To me, the opening played like the opening of Dragnet with LA replaced by California farmland, and a better soundtrack.  A very matter-of-fact narrator lays out interesting facts and statistics about desert farming, and how it operates.  Namely via the braceros, most of whom (like the good citizens of LA) abide the law, a few of whom do not and they, apparently, will be the focus of our tale of woe.  We are told the tale will be drawn from "composites" from official government files.

Mann has established that this dark world is the world we all inhabit, the "real" world.  (Scare quotes because who knows what 'real' is?)  Use of the documentary style heightens verisimilitude, and the realization that this isn't happening in some made up world (supposedly) but in our world, heightens the tension.  That, I believe, is a major contribution to noir style.

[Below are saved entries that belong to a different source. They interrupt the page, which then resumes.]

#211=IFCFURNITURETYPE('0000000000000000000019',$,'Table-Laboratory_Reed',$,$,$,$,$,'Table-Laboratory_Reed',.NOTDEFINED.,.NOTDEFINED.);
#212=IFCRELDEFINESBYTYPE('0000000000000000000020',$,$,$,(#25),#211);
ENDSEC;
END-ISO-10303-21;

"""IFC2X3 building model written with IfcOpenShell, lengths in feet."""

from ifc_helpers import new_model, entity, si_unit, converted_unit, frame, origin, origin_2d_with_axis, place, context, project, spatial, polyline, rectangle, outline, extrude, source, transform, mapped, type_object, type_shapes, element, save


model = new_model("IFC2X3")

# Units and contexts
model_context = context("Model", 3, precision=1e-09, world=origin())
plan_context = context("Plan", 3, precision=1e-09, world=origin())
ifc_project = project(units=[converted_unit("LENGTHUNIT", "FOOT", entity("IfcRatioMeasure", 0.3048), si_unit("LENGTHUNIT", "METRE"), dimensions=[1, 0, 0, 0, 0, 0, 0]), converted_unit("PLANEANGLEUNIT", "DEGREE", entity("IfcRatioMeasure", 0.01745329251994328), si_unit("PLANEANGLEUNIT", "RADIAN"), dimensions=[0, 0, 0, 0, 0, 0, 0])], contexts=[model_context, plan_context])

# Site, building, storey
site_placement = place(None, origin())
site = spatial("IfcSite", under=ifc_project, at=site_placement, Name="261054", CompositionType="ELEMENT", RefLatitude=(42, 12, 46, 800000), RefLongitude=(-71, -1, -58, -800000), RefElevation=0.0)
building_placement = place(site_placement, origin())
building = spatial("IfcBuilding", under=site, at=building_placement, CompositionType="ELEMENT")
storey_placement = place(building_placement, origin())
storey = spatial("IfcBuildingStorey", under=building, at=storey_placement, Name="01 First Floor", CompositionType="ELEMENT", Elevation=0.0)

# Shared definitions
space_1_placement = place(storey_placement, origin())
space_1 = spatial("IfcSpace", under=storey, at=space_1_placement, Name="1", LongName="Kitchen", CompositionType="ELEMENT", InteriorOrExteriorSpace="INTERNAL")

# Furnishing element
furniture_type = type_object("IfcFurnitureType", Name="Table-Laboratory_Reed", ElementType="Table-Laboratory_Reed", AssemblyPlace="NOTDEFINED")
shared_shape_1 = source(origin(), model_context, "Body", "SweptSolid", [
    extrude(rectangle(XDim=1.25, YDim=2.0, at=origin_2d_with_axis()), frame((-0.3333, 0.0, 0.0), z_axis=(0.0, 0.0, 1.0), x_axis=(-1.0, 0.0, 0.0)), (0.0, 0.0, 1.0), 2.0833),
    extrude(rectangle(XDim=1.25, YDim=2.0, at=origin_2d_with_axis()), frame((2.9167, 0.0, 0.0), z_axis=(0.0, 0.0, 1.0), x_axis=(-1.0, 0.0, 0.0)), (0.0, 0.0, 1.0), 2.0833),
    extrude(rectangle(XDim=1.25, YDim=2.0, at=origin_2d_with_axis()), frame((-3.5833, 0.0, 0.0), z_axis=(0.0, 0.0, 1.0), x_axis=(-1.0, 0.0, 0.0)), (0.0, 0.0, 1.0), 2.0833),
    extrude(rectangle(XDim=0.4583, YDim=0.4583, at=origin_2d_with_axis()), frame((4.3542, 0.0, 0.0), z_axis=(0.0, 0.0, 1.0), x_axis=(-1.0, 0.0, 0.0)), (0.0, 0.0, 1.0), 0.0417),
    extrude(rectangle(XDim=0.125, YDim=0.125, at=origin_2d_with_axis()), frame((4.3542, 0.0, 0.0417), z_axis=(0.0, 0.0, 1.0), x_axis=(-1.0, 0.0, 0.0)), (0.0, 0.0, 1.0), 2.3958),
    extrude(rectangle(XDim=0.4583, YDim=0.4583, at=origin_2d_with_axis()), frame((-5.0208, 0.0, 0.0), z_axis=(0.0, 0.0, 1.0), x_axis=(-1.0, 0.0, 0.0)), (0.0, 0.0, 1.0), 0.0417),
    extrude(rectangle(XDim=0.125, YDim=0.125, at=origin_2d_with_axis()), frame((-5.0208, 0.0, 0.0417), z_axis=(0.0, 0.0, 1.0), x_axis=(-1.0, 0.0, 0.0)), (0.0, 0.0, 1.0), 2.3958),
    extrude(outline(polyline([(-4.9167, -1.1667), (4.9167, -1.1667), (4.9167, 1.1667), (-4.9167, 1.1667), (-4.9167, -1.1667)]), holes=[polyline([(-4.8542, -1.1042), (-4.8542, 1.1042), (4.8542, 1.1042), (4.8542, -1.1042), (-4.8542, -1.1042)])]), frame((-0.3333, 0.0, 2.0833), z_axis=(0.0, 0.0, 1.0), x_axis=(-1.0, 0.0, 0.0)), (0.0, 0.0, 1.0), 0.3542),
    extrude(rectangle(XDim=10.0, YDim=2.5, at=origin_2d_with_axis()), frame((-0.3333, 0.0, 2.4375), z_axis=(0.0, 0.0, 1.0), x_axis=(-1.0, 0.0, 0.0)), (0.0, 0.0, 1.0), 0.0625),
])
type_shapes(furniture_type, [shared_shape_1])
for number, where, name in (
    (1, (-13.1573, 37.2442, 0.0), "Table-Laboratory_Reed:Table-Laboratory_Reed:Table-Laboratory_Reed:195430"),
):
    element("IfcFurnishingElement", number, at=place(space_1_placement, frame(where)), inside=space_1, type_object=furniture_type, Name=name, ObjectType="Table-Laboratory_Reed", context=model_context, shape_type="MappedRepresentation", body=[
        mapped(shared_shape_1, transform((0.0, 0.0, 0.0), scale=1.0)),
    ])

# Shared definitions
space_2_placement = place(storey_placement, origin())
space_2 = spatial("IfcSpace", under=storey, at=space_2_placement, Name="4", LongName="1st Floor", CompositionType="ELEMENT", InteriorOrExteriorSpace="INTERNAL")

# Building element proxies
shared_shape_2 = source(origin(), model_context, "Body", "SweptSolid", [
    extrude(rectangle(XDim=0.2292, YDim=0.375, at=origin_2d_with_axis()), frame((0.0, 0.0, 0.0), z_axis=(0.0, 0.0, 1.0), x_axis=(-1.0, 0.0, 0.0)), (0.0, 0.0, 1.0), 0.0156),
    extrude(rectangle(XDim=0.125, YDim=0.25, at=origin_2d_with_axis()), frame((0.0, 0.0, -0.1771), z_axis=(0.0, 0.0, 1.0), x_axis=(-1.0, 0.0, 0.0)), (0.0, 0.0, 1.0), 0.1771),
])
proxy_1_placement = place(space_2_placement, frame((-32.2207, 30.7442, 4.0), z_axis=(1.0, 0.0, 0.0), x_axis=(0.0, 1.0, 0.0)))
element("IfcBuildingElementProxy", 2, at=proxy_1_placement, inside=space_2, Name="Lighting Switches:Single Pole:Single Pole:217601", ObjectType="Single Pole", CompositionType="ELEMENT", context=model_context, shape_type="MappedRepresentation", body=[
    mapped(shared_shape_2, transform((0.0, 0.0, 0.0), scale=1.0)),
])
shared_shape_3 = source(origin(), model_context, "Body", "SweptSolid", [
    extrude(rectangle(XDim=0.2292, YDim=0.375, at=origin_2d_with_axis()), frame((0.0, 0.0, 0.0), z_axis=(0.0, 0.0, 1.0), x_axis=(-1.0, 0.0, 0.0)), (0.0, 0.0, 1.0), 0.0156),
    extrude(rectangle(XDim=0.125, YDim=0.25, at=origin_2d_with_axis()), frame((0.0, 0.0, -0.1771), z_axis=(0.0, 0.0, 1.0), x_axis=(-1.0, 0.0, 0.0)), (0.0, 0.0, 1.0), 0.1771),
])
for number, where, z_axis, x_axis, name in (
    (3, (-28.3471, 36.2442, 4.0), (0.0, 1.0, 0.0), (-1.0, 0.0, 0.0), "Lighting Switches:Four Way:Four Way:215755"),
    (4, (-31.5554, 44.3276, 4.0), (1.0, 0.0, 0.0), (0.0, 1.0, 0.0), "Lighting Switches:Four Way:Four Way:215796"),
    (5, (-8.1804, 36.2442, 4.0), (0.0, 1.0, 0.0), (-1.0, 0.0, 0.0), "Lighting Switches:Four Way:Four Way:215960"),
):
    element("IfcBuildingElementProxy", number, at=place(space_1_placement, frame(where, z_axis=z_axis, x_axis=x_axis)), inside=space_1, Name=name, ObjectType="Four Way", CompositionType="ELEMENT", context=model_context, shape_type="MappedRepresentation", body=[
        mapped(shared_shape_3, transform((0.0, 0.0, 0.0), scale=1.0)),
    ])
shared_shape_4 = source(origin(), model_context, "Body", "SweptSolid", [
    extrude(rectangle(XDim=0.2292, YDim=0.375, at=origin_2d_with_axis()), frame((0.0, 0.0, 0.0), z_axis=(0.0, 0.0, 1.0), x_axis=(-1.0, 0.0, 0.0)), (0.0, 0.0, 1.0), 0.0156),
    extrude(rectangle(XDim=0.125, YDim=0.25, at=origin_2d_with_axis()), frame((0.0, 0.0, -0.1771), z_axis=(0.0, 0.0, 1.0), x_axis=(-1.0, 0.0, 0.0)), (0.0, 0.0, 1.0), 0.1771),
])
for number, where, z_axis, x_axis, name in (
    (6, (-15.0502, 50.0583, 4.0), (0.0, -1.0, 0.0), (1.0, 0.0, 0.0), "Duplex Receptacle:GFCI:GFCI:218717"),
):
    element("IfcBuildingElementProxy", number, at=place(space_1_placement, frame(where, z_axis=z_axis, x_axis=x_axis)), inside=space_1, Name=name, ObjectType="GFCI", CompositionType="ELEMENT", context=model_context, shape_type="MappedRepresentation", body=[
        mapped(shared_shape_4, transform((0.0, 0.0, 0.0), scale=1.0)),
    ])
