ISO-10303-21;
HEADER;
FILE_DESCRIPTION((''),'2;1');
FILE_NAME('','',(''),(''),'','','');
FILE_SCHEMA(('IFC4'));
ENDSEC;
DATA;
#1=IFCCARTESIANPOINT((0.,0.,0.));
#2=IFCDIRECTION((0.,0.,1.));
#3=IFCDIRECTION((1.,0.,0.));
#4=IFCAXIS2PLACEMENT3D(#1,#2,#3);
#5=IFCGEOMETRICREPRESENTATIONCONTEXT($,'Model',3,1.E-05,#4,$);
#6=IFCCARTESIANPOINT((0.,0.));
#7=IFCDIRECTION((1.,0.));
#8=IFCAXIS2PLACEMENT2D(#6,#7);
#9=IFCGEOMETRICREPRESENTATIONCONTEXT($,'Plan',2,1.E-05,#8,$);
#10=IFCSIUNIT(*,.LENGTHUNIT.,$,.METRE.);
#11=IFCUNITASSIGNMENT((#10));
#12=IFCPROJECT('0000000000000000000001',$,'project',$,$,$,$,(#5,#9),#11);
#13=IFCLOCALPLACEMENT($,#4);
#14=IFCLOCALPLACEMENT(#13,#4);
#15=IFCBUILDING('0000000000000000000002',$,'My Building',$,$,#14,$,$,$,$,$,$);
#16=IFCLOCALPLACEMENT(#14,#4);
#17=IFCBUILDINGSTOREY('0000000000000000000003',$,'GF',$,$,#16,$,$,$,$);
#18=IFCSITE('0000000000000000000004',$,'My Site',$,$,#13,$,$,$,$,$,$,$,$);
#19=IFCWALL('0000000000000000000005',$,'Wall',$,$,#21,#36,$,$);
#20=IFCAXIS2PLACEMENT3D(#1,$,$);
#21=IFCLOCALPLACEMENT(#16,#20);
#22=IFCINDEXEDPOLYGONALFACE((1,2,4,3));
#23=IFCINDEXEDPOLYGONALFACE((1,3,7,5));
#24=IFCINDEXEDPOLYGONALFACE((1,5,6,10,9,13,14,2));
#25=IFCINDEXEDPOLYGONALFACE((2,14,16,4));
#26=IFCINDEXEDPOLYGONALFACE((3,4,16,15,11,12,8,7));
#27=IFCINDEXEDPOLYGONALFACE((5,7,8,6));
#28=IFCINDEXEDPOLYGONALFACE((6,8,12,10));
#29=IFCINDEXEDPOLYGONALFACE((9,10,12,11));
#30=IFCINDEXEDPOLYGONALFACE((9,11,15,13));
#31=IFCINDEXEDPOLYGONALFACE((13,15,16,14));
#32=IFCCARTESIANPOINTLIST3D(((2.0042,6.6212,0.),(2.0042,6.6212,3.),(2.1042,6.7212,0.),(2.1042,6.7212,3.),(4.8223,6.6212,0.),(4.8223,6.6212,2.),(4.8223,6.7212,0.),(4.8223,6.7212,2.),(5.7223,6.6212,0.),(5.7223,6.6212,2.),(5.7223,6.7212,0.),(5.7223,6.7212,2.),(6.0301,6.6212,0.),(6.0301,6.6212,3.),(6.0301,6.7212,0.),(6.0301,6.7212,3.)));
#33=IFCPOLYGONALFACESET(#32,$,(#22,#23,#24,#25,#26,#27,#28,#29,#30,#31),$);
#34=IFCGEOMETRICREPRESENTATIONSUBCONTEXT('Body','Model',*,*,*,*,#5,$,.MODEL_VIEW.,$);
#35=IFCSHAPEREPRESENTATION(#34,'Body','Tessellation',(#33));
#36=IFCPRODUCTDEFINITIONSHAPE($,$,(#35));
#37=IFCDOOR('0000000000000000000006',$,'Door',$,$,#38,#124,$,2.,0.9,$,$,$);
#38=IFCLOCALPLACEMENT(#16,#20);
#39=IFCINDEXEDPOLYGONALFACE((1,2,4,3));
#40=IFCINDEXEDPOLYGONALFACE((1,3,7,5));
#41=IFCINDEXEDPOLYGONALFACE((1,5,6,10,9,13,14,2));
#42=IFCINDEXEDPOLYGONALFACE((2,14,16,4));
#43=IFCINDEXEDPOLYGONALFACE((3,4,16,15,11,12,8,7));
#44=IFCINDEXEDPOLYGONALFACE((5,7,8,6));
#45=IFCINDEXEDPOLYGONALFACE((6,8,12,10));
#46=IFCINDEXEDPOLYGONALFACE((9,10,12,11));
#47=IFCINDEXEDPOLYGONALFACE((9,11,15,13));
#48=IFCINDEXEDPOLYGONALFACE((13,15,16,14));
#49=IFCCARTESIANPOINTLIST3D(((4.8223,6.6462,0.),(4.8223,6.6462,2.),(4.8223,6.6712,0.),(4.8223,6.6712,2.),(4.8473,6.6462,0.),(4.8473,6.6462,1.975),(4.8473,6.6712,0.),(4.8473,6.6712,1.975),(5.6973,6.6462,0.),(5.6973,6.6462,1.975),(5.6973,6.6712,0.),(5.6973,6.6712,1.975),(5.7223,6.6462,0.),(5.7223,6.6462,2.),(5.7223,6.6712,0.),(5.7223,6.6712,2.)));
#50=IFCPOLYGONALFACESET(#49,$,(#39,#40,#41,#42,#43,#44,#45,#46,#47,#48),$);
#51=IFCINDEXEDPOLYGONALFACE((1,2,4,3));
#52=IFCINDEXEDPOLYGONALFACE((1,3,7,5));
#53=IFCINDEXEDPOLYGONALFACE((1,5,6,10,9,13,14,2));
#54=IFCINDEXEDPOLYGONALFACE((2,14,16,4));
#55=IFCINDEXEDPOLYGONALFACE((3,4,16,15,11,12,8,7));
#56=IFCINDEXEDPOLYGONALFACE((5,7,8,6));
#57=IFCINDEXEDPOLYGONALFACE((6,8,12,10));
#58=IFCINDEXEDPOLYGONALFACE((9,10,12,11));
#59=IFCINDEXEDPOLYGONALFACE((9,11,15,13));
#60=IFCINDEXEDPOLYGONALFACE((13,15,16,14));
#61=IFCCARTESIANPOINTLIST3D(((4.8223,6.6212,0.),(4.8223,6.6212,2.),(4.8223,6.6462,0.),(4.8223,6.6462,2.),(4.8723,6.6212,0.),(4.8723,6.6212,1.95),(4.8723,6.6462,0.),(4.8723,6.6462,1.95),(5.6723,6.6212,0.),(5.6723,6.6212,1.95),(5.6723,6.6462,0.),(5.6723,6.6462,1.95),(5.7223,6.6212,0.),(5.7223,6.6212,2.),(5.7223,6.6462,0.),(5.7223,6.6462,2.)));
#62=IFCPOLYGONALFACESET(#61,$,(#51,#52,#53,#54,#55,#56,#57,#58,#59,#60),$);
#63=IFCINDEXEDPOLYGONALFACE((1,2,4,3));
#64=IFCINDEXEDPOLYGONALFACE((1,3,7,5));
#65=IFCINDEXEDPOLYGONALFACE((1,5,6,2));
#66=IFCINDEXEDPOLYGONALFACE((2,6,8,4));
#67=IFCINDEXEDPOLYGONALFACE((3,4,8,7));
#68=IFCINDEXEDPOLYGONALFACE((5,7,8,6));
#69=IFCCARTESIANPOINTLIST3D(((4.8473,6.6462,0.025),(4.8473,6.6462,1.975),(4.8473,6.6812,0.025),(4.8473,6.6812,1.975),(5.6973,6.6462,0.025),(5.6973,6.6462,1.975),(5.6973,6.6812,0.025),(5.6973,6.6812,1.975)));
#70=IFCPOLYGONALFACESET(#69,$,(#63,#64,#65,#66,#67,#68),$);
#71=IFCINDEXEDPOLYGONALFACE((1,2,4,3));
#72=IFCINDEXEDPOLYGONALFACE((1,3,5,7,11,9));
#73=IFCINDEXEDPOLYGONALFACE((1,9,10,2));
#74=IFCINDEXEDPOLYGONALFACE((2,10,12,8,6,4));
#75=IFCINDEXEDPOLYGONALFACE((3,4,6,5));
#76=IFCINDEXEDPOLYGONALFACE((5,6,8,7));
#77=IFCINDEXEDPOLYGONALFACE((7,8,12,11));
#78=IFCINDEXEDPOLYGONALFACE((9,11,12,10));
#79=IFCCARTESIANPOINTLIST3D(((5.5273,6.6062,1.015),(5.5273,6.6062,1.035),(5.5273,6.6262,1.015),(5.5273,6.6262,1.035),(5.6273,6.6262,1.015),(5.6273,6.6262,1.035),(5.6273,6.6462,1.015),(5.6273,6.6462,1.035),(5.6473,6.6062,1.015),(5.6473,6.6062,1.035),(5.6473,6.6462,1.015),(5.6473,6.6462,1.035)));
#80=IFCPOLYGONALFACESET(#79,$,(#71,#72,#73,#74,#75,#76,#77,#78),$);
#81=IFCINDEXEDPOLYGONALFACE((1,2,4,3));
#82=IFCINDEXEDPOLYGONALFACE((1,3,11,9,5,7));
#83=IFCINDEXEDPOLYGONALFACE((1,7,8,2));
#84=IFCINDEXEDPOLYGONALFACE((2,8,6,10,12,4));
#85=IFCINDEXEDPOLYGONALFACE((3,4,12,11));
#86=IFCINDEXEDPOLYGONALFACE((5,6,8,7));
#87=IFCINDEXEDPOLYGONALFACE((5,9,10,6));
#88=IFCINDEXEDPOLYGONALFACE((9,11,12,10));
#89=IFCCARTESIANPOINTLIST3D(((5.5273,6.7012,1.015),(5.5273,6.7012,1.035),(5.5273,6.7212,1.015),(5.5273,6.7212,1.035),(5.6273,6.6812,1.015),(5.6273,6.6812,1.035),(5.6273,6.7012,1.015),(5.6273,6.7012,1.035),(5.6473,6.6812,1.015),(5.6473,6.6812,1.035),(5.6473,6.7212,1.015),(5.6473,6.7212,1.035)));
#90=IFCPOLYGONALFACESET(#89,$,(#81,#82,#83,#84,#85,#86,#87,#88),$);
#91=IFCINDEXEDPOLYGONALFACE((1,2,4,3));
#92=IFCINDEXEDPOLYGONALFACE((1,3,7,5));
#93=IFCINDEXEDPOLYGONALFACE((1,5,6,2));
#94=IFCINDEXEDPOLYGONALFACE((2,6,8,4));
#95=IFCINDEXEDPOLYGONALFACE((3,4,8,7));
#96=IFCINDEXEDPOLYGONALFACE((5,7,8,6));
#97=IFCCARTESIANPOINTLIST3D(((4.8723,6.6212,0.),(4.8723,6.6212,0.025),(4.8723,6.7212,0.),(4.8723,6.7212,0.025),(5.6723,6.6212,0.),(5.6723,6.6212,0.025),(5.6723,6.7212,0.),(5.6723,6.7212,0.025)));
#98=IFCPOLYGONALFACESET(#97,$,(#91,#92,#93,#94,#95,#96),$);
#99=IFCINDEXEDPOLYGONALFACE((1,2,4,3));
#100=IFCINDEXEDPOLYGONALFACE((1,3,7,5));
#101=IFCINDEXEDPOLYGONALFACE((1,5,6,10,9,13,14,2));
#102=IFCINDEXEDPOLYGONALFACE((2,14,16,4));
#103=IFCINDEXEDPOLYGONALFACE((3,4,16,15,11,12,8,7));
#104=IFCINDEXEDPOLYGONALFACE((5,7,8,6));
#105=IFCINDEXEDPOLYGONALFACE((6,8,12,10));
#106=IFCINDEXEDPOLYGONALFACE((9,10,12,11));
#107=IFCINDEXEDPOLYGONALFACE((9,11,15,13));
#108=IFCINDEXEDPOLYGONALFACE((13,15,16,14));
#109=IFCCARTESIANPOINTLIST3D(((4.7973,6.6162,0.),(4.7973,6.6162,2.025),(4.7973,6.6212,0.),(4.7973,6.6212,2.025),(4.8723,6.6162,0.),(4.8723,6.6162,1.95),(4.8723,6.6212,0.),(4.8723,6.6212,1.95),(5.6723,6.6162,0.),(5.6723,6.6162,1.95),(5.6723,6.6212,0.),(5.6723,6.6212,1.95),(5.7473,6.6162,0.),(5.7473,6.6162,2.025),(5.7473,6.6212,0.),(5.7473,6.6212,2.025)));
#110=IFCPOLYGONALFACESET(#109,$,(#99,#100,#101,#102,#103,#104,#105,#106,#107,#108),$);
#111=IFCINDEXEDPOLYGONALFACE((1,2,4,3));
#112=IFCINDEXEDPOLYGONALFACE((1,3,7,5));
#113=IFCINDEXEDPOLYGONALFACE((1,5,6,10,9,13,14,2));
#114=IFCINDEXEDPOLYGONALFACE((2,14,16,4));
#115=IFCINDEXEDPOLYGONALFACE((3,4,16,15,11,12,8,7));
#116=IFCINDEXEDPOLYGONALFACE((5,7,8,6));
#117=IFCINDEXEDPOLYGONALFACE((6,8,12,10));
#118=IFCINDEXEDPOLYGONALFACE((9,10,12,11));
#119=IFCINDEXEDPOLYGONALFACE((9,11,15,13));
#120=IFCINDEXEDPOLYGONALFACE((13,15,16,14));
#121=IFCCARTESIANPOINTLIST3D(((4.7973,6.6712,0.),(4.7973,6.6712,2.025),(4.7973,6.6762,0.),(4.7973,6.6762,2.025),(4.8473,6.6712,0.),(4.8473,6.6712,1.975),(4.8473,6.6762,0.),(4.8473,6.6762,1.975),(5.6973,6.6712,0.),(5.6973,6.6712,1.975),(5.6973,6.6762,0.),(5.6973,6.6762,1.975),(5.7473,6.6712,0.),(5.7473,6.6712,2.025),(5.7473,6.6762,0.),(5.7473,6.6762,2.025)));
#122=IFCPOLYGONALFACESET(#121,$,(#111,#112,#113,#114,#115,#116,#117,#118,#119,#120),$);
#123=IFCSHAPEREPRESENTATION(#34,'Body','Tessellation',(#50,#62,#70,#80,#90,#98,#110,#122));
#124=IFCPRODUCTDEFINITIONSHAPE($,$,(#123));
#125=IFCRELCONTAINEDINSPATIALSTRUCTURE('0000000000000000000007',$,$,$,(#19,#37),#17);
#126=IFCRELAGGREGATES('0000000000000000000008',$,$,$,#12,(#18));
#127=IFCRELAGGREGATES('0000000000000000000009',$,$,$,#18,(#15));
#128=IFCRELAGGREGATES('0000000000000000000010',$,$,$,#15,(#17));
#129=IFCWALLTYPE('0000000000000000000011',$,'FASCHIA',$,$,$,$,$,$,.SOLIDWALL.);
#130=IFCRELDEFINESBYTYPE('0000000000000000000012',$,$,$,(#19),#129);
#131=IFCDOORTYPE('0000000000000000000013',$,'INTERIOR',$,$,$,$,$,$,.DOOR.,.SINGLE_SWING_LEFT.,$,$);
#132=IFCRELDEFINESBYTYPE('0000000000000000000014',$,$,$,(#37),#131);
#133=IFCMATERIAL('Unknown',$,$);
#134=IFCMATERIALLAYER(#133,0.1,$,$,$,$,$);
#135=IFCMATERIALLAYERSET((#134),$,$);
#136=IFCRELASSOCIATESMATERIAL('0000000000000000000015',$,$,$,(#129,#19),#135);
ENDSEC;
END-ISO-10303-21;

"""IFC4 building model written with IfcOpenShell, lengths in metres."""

from ifc_helpers import new_model, entity, si_unit, frame, origin_with_axes, origin_2d_with_axis, place, context, subcontext, project, spatial, line, indexed_curve, outline, extrude, shape, source, transform, mapped, material, layer, layer_set, layer_usage, type_object, type_shapes, element, fill, save


model = new_model("IFC4")

# Units and contexts
model_context = context("Model", 3, precision=1e-05, world=origin_with_axes())
plan_context = context("Plan", 2, precision=1e-05, world=origin_2d_with_axis())
body_context_1 = subcontext(model_context, "Body", "Model", "MODEL_VIEW")
body_context_2 = subcontext(plan_context, "Body", "Plan", "PLAN_VIEW")
ifc_project = project(units=[si_unit("LENGTHUNIT", "METRE")], contexts=[model_context, plan_context])

# Site, building, storey
site_placement = place(None, origin_with_axes())
site = spatial("IfcSite", under=ifc_project, at=site_placement, Name="My Site")
building_placement = place(site_placement, origin_with_axes())
building = spatial("IfcBuilding", under=site, at=building_placement, Name="My Building")
storey_placement = place(building_placement, origin_with_axes())
storey = spatial("IfcBuildingStorey", under=building, at=storey_placement, Name="GF")

# Shared definitions
ifc_material = material(Name="Unknown")

# Shared definitions
ifc_layer_1 = layer(ifc_material, 0.1)
ifc_layer_set_1 = layer_set([ifc_layer_1])
wall_type_1 = type_object("IfcWallType", Name="FASCHIA", PredefinedType="SOLIDWALL", material=ifc_layer_set_1)

# Wall, opening, door
ifc_layer_usage_1 = layer_usage(ifc_layer_set_1, "AXIS2", "POSITIVE", 0.0)
wall_1_placement = place(storey_placement, frame((2.0042, 6.6212, 0.0), z_axis=(0.0, 0.0, 1.0), x_axis=(1.0, 0.0, 0.0)))
wall_1 = element("IfcWall", 1, at=wall_1_placement, inside=storey, type_object=wall_type_1, material=ifc_layer_usage_1, Name="Wall", context=body_context_1, shape_type="SweptSolid", body=[
    extrude(outline(indexed_curve([(0.0, 0.0), (0.1, 0.1), (4.0259, 0.1), (4.0259, 0.0)], segments=[line(1, 2, 3, 4, 1)])), origin_with_axes(), (0.0, 0.0, 1.0), 3.0),
])
shared_shape_1 = source(origin_with_axes(), body_context_1, "Body", "SweptSolid", [
    extrude(outline(indexed_curve([(0.0, 0.0), (0.9, 0.0), (0.9, 2.0), (0.0, 2.0)], segments=[line(1, 2, 3, 4, 1)])), frame((0.0, -0.6, 0.0), z_axis=(0.0, -1.0, 0.0), x_axis=(1.0, 0.0, 0.0)), (0.0, 0.0, -1.0), 1.2),
])
opening_1_placement = place(wall_1_placement, frame((2.8181, 0.0, 0.0), z_axis=(0.0, 0.0, 1.0), x_axis=(1.0, 0.0, 0.0)))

As for the cinematography, I saw a shift from a strong realist perspective in the early overhead shots of the canals and farms, to a more formalist perspective from the shot of the barbed wire fence against a darkened background, panning down to the faces of the braceros waiting for their papers, evoking pathos, silhouettes of "illegal entrants" returning to face bandits across the border in Mexico, mystery and more pathos, ending with a low angle shot of the border sign, which stands in contrast to the opening shots from an airplane looking down.

The synergy between realism and formalism shown here is, I think, an important feature of noir.  These films work so well because of the tensions built by portrayals of harsh realities, and the pathos of the human element.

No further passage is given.